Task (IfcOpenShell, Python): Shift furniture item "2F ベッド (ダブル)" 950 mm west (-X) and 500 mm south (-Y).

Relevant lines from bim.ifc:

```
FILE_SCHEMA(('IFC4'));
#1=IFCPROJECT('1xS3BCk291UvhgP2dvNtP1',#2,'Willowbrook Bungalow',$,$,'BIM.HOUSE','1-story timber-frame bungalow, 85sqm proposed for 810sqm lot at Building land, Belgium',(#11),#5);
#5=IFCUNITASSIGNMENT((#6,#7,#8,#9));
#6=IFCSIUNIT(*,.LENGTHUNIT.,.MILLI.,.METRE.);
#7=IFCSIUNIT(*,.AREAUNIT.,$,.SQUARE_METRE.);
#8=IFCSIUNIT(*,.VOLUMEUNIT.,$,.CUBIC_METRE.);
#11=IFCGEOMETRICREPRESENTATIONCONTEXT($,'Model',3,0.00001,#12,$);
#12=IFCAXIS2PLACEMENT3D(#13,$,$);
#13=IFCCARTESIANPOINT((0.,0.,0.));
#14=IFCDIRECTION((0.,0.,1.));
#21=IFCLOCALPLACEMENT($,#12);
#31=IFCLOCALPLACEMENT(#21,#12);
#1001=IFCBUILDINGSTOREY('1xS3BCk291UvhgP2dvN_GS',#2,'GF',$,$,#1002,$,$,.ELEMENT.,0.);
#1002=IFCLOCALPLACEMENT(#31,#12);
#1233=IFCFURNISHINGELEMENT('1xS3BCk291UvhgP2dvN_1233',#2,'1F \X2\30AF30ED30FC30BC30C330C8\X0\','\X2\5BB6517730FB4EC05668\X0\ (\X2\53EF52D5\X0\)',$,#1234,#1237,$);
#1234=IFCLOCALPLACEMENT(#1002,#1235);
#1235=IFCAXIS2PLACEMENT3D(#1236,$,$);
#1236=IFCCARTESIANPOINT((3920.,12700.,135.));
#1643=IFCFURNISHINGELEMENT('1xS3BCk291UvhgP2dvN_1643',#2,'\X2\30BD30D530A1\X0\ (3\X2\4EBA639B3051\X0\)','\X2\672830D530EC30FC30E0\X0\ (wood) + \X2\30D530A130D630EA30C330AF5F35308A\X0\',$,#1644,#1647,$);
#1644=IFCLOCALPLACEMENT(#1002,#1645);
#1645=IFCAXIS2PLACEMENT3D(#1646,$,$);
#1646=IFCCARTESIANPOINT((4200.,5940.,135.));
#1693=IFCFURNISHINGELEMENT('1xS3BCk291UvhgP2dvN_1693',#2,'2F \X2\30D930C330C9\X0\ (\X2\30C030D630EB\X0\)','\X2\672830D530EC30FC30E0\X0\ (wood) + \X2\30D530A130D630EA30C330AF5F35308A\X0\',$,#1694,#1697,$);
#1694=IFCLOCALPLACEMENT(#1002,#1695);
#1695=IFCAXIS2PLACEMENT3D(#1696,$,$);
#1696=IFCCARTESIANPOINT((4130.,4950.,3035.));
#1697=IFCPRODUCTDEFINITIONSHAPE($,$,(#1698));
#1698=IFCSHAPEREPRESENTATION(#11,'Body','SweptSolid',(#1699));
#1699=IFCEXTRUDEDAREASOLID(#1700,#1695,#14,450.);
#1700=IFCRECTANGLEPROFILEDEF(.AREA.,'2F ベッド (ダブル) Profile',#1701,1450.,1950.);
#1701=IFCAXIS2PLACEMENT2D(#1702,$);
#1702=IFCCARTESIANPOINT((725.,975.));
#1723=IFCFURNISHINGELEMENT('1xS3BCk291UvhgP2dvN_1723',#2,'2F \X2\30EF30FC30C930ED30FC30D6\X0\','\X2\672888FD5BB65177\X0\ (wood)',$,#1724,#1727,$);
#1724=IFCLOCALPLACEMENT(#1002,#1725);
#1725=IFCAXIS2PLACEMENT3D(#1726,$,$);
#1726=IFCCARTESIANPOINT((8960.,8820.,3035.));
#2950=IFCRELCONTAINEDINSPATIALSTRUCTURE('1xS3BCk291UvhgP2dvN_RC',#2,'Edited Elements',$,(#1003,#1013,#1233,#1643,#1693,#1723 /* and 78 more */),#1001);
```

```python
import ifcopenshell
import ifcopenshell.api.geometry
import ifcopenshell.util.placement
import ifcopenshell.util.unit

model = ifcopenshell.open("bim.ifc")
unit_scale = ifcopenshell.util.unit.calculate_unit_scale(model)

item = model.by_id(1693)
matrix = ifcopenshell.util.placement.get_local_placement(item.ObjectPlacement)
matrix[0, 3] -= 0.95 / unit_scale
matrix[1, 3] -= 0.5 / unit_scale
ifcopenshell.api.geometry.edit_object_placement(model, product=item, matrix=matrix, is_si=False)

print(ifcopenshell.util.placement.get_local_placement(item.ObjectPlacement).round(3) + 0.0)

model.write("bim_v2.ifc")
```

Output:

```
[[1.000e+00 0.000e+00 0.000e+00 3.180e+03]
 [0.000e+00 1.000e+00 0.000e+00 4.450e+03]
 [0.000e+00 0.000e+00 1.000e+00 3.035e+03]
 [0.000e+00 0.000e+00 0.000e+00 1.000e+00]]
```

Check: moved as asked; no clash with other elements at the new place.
.....
Try it
A single figure is expected: the count of lines in the data above that include the word "IFCSIUNIT".

Written reply
3